US News

OBAMA UP BY 11

WASHINGTON – Barack Obama has opened up a stunning 11-point lead over John McCain in the latest Gallup Poll – his largest edge of the entire campaign.

Obama, whose support has shot up in several national polls since the economic meltdown started dominating the news, now tops McCain 52 to 41 percent. That’s the most support Obama has registered in the survey, taken before Thursday night’s debate.

Obama hasn’t relinquished the lead in the poll since he went ahead in late September, and he has trailed only during two periods since the start of the summer.

Obama’s new high-water mark comes at a time when he has seized substantial leads in many of the battleground states that will determine the winner.

He leads McCain 52-42 percent in a new SurveyUSA poll in Wisconsin, a 2004 John Kerry state that McCain has made one of his top targets after pulling out of Michigan last week.

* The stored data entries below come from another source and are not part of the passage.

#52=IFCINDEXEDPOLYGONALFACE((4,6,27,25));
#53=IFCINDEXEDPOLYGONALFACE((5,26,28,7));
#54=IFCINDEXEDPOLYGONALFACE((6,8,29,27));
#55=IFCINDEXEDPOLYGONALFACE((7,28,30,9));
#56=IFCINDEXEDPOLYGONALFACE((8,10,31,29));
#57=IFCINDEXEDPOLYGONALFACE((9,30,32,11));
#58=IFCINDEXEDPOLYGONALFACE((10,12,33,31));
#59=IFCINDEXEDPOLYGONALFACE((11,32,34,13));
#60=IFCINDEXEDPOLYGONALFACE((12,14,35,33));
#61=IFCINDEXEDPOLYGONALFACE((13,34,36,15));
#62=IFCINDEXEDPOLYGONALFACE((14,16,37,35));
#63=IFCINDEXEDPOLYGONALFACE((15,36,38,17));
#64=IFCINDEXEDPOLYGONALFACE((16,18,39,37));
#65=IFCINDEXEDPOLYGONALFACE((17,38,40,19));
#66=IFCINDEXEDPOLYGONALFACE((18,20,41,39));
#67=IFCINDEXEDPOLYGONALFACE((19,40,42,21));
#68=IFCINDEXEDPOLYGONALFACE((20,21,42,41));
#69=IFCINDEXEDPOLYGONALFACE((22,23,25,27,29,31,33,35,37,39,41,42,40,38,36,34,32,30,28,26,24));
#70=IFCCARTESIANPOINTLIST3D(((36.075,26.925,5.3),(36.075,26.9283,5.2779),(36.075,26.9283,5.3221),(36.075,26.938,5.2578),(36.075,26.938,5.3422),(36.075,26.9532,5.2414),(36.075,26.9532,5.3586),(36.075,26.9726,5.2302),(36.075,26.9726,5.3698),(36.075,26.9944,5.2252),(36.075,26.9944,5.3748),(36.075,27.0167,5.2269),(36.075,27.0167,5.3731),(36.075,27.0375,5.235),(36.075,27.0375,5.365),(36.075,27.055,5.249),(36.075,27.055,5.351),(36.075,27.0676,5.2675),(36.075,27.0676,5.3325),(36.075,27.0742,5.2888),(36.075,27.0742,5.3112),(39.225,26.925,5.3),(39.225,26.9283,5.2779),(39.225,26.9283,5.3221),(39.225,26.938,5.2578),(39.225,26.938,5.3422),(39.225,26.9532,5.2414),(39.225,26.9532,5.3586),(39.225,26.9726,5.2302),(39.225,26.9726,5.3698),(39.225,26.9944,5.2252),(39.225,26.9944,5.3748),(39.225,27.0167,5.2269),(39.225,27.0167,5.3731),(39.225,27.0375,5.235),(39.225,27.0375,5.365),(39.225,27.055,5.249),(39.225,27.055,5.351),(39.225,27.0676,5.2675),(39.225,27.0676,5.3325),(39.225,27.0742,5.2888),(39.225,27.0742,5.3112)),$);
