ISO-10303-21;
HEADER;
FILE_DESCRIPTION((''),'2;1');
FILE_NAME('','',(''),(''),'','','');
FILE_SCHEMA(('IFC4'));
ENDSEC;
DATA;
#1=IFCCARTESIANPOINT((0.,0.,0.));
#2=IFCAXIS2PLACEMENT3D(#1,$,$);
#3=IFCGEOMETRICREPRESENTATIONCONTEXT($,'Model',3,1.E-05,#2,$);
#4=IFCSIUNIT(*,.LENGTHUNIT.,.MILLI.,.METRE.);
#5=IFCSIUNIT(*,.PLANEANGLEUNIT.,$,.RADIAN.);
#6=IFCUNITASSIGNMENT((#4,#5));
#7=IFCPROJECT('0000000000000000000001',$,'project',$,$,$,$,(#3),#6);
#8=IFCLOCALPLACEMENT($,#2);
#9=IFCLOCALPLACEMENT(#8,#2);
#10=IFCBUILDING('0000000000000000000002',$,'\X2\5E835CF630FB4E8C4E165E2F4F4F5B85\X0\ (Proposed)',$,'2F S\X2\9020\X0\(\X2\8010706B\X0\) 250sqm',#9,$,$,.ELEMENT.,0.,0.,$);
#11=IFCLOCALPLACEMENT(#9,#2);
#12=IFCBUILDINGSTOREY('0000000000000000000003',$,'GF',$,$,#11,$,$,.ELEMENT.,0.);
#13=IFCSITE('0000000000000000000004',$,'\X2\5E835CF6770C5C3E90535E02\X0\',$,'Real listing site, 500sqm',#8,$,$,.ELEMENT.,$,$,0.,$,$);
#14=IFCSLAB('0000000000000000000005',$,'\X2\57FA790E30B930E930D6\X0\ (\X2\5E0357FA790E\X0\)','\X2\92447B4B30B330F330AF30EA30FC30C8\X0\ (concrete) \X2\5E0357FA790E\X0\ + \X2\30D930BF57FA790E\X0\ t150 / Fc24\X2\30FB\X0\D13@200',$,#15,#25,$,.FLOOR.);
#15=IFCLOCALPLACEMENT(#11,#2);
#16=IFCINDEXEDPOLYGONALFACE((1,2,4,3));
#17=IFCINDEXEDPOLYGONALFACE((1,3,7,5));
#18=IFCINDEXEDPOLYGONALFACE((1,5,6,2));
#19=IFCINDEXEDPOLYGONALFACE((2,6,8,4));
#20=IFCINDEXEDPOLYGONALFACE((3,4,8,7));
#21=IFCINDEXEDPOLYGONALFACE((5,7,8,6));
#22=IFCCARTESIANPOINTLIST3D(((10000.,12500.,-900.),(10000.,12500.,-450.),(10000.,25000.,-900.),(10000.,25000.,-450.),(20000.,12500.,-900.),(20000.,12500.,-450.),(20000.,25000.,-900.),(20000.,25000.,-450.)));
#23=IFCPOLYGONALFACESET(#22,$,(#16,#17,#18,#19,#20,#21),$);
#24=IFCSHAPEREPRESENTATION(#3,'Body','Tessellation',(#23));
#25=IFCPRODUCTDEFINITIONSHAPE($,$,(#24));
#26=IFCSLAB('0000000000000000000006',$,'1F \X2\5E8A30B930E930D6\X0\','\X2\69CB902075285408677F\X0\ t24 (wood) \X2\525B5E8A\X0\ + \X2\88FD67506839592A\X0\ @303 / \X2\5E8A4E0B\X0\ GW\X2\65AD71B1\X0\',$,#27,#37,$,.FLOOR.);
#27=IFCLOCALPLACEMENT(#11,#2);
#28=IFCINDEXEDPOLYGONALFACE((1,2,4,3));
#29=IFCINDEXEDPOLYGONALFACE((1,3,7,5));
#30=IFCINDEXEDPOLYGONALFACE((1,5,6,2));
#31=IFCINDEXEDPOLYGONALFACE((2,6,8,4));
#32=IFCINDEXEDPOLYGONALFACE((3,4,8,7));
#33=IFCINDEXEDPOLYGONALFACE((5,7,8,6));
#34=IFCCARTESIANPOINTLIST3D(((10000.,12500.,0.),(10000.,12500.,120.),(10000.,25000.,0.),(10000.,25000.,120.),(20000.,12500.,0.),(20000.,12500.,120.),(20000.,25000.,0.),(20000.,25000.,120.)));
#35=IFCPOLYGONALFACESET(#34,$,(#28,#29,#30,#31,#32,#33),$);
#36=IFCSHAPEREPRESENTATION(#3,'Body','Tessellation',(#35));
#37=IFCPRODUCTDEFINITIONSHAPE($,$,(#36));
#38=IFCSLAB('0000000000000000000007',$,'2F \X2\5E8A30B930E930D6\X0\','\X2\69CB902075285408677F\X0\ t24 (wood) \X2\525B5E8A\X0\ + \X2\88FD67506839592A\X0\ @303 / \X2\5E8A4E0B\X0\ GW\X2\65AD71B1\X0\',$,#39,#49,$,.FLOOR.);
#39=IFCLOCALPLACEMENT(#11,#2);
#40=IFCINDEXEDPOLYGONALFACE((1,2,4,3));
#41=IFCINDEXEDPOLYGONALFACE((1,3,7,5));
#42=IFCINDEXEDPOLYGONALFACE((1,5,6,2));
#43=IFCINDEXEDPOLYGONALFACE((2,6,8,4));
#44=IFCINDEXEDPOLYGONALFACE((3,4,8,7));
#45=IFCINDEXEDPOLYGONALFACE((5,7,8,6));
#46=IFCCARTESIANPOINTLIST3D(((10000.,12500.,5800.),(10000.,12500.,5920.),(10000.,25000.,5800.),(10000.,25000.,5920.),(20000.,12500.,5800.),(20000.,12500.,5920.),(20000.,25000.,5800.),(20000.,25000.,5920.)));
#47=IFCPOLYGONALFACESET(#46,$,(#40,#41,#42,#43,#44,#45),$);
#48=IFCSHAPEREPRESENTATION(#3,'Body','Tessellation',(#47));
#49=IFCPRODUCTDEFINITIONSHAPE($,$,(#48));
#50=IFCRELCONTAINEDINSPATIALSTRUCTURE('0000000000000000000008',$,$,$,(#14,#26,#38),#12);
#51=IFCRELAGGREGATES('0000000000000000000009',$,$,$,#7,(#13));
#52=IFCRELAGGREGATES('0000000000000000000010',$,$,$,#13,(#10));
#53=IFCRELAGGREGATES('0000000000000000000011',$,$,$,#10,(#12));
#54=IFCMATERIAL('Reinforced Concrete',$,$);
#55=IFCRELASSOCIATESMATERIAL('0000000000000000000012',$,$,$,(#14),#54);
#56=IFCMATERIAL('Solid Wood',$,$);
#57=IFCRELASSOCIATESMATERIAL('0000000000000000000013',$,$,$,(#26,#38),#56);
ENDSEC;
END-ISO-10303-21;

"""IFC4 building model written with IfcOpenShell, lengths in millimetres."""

from ifc_helpers import new_model, si_unit, frame, frame_2d, origin, place, context, project, spatial, rectangle, extrude, material, element, save


model = new_model("IFC4")

# Units and contexts
model_context = context("Model", 3, precision=1e-05, world=origin())
ifc_project = project(units=[si_unit("LENGTHUNIT", "METRE", prefix="MILLI"), si_unit("PLANEANGLEUNIT", "RADIAN")], contexts=[model_context])

# Site, building, storey
site_placement = place(None, origin())
site = spatial("IfcSite", under=ifc_project, at=site_placement, Name="広島県尾道市", ObjectType="Real listing site, 500sqm", CompositionType="ELEMENT", RefElevation=0.0)
building_placement = place(site_placement, origin())
building = spatial("IfcBuilding", under=site, at=building_placement, Name="広島・二世帯住宅 (Proposed)", ObjectType="2F S造(耐火) 250sqm", CompositionType="ELEMENT", ElevationOfRefHeight=0.0, ElevationOfTerrain=0.0)
storey_placement = place(building_placement, origin())
storey = spatial("IfcBuildingStorey", under=building, at=storey_placement, Name="GF", CompositionType="ELEMENT", Elevation=0.0)

# Shared definitions
ifc_material_1 = material(Name="Solid Wood")

# Slabs
ifc_material_2 = material(Name="Reinforced Concrete")
slab_1_placement = place(storey_placement, frame((5000.0, 6250.0, -450.0)))
element("IfcSlab", 1, at=slab_1_placement, inside=storey, material=ifc_material_2, Name="基礎スラブ (布基礎)", Description="鉄筋コンクリート (concrete) 布基礎 + ベタ基礎 t150 / Fc24・D13@200", PredefinedType="FLOOR", context=model_context, shape_type="SweptSolid", body=[
    extrude(rectangle(XDim=10000.0, YDim=12500.0, at=frame_2d((5000.0, 6250.0))), frame((5000.0, 6250.0, -450.0)), (0.0, 0.0, 1.0), 450.0),
])
slab_2_placement = place(storey_placement, frame((5000.0, 6250.0, 0.0)))
element("IfcSlab", 2, at=slab_2_placement, inside=storey, material=ifc_material_1, Name="1F 床スラブ", Description="構造用合板 t24 (wood) 剛床 + 製材根太 @303 / 床下 GW断熱", PredefinedType="FLOOR", context=model_context, shape_type="SweptSolid", body=[
    extrude(rectangle(XDim=10000.0, YDim=12500.0, at=frame_2d((5000.0, 6250.0))), frame((5000.0, 6250.0, 0.0)), (0.0, 0.0, 1.0), 120.0),
])
slab_3_placement = place(storey_placement, frame((5000.0, 6250.0, 2900.0)))
element("IfcSlab", 3, at=slab_3_placement, inside=storey, material=ifc_material_1, Name="2F 床スラブ", Description="構造用合板 t24 (wood) 剛床 + 製材根太 @303 / 床下 GW断熱", PredefinedType="FLOOR", context=model_context, shape_type="SweptSolid", body=[
    extrude(rectangle(XDim=10000.0, YDim=12500.0, at=frame_2d((5000.0, 6250.0))), frame((5000.0, 6250.0, 2900.0)), (0.0, 0.0, 1.0), 120.0),
])

save(model, "model.ifc")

Obama’s rise has coincided with massive spending on the TV airwaves, where he is relentlessly exploiting a money advantage. The Democratic nominee has outspent McCain and the Republican National Committee by nearly $7 million nationwide over the last week, according to data assembled by the Wisconsin Advertising Project.

Obama more than doubled McCain’s spending in Florida, $2.2 million to $659,000, while outspending him 8-to-1 in North Carolina, $1.2 million to $148,000 last week.

Obama had a $500,000 spending edge in both Ohio and Pennsylvania.

Meanwhile, McCain committed a slip of the tongue today by confusing fellow citizens with POWs. “Across this country this is the agenda I have set before my fellow prisoners and the same standards of clarity and candor must now be applied to my opponent,” he said in Bethlehem, Pa.

And in an interview on Fox News alongside Sarah Palin, McCain called for Obama to “reveal all the details” of his relationship with Weather Underground member Bill Ayers, saying it was “much more” than Obama has described.